I love this photo of Louis Armstrong. Herb Snitzer took it in 1960. I've long admired Herb's work. His perspective has always been radically different from his peers'. Rather than mimic the glossy style that was common during the late 1950s and beyond, Herb sought a different expression in his subjects, a new more authentic feel. It's almost as if Herb knew exactly how important these jazz artists were going to be and how many photos would look exactly alike years later. So he held out for capturing the artist in a highly unusual situation or with a non-signature expression.
Herb's [pictured] image of Louis above is precious for several reasons. In addition to it being one of the rare images of the trumpeter wearing a near scowl, Louis is also smoking one of his many daily joints in a casually brazen, quasi-medicinal way. What's more, Louis' "off duty" expression allows you to see the subtle difference between the trumpet legend's two eyes. His left eye looks rather relaxed and resigned while his right eye is vigilantly sizing up every detail and nuance of what's before him.
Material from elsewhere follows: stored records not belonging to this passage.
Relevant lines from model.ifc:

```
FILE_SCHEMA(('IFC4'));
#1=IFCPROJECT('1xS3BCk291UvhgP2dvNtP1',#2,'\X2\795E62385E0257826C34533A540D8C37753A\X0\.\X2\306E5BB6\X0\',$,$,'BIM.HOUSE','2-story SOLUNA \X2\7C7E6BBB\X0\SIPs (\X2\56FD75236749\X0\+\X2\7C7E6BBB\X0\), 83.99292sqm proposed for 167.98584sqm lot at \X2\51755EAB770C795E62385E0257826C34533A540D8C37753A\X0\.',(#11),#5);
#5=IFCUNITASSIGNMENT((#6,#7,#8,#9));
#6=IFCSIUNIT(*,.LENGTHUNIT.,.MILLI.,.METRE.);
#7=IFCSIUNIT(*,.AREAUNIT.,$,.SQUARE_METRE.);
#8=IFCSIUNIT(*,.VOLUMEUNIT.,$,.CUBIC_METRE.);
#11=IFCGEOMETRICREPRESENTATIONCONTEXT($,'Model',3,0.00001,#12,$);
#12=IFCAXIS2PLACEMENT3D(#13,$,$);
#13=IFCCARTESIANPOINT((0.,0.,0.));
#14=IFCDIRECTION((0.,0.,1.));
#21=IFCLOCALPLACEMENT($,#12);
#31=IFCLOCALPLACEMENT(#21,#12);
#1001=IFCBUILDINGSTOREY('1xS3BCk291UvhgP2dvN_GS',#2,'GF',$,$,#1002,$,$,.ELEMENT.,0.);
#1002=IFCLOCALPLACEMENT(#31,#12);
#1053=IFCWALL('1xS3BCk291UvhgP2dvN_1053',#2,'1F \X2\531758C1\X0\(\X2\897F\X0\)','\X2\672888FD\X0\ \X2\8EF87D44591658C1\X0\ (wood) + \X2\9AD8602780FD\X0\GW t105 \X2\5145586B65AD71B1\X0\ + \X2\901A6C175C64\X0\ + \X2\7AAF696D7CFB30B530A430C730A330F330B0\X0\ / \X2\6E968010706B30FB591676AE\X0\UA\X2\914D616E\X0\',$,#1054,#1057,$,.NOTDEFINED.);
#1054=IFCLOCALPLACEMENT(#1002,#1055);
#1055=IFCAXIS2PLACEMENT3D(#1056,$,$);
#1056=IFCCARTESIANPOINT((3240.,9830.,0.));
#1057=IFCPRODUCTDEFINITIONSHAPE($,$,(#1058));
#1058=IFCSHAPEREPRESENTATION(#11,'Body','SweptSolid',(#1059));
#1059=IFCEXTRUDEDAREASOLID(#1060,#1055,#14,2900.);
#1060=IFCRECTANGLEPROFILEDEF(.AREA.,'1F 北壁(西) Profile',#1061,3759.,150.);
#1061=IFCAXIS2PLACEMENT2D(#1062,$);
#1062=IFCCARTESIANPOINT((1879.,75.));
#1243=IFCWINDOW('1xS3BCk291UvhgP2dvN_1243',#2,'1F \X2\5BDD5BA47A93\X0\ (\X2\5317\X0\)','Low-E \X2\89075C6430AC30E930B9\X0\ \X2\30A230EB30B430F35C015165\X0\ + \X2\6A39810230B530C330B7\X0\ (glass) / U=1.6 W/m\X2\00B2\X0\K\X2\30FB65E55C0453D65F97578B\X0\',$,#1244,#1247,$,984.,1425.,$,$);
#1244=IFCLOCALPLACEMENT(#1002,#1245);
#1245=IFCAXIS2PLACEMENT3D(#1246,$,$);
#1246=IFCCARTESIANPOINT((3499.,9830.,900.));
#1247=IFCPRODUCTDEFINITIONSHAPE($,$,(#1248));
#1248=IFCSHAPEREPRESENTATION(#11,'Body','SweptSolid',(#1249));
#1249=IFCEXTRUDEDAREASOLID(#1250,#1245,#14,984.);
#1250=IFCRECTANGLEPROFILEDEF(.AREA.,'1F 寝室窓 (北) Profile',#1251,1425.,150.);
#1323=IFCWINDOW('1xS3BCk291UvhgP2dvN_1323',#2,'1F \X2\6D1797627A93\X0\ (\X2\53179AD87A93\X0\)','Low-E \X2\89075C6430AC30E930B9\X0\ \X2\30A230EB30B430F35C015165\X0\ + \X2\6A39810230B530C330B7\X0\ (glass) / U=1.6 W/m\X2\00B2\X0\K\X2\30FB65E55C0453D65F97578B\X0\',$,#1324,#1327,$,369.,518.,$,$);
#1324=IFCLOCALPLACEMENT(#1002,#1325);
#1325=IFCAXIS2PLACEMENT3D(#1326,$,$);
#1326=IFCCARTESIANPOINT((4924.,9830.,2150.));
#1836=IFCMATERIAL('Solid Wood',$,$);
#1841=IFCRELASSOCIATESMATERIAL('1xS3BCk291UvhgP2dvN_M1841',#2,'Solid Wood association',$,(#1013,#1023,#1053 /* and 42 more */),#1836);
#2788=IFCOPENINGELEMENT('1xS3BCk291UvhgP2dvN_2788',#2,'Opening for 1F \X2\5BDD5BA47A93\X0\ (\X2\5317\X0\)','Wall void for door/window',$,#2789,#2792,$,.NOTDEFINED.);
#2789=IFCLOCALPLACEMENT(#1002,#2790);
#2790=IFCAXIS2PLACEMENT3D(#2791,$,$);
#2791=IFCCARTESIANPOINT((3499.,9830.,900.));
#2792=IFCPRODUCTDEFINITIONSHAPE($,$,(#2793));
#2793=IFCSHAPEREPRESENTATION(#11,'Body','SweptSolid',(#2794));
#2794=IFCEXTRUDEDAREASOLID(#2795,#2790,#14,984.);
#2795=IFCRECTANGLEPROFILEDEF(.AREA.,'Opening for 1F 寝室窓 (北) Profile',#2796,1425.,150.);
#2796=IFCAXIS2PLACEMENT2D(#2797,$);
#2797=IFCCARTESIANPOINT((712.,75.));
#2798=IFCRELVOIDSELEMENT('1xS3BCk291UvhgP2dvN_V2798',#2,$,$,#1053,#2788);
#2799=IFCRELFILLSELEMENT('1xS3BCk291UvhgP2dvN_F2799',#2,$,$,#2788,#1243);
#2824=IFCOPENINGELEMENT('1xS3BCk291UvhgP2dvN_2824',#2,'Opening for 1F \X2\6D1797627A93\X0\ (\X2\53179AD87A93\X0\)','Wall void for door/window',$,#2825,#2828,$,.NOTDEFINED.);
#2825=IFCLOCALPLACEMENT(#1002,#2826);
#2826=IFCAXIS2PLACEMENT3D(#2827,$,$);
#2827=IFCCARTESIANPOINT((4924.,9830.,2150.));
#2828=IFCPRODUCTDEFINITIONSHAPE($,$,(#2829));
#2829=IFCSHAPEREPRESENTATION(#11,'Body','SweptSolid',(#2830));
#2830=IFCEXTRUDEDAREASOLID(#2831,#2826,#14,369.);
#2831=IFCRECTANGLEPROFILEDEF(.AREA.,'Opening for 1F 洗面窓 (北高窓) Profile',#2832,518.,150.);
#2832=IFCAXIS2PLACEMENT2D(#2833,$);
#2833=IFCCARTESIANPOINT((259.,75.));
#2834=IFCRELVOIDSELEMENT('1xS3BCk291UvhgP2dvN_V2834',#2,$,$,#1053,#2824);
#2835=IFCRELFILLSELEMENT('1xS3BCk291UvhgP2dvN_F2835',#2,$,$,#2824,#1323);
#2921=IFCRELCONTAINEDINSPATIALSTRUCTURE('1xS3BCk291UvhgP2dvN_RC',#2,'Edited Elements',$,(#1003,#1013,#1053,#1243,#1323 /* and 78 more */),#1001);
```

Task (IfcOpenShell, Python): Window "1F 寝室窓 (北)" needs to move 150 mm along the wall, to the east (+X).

```python
import ifcopenshell
import ifcopenshell.api.geometry
import ifcopenshell.util.placement

model = ifcopenshell.open("model.ifc")

window = model.by_guid("1xS3BCk291UvhgP2dvN_1243")
opening = window.FillsVoids[0].RelatingOpeningElement
wall = opening.VoidsElements[0].RelatingBuildingElement

wall_matrix = ifcopenshell.util.placement.get_local_placement(wall.ObjectPlacement)
shift = wall_matrix[:3, 0] * 150.0
before = ifcopenshell.util.placement.get_local_placement(window.ObjectPlacement)[:3, 3].copy()

# The window is not placed relative to its opening, so move both.
for product in (opening, window):
    matrix = ifcopenshell.util.placement.get_local_placement(product.ObjectPlacement)
    matrix[:3, 3] += shift
    ifcopenshell.api.geometry.edit_object_placement(model, product=product, matrix=matrix, is_si=False)

after = ifcopenshell.util.placement.get_local_placement(window.ObjectPlacement)[:3, 3]
print("window moved by", (after - before).round(3) + 0.0)

model.write("model_updated.ifc")
```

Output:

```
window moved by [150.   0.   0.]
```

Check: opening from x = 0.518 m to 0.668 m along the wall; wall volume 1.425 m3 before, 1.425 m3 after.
I contacted Herb and asked him what was going on when he made this photo:
"Louis isn't angry here. He's hot. We all were. The image was taken in July 1960, aboard Louis' band bus heading to a concert in Tanglewood, Mass. The bus—like all buses back then—wasn't air-conditioned. The seats were bolt upright. And there was no bathroom on board. Louis was wearing shorts, rolled down socks, sandals and an open shirt. We were all dressed light.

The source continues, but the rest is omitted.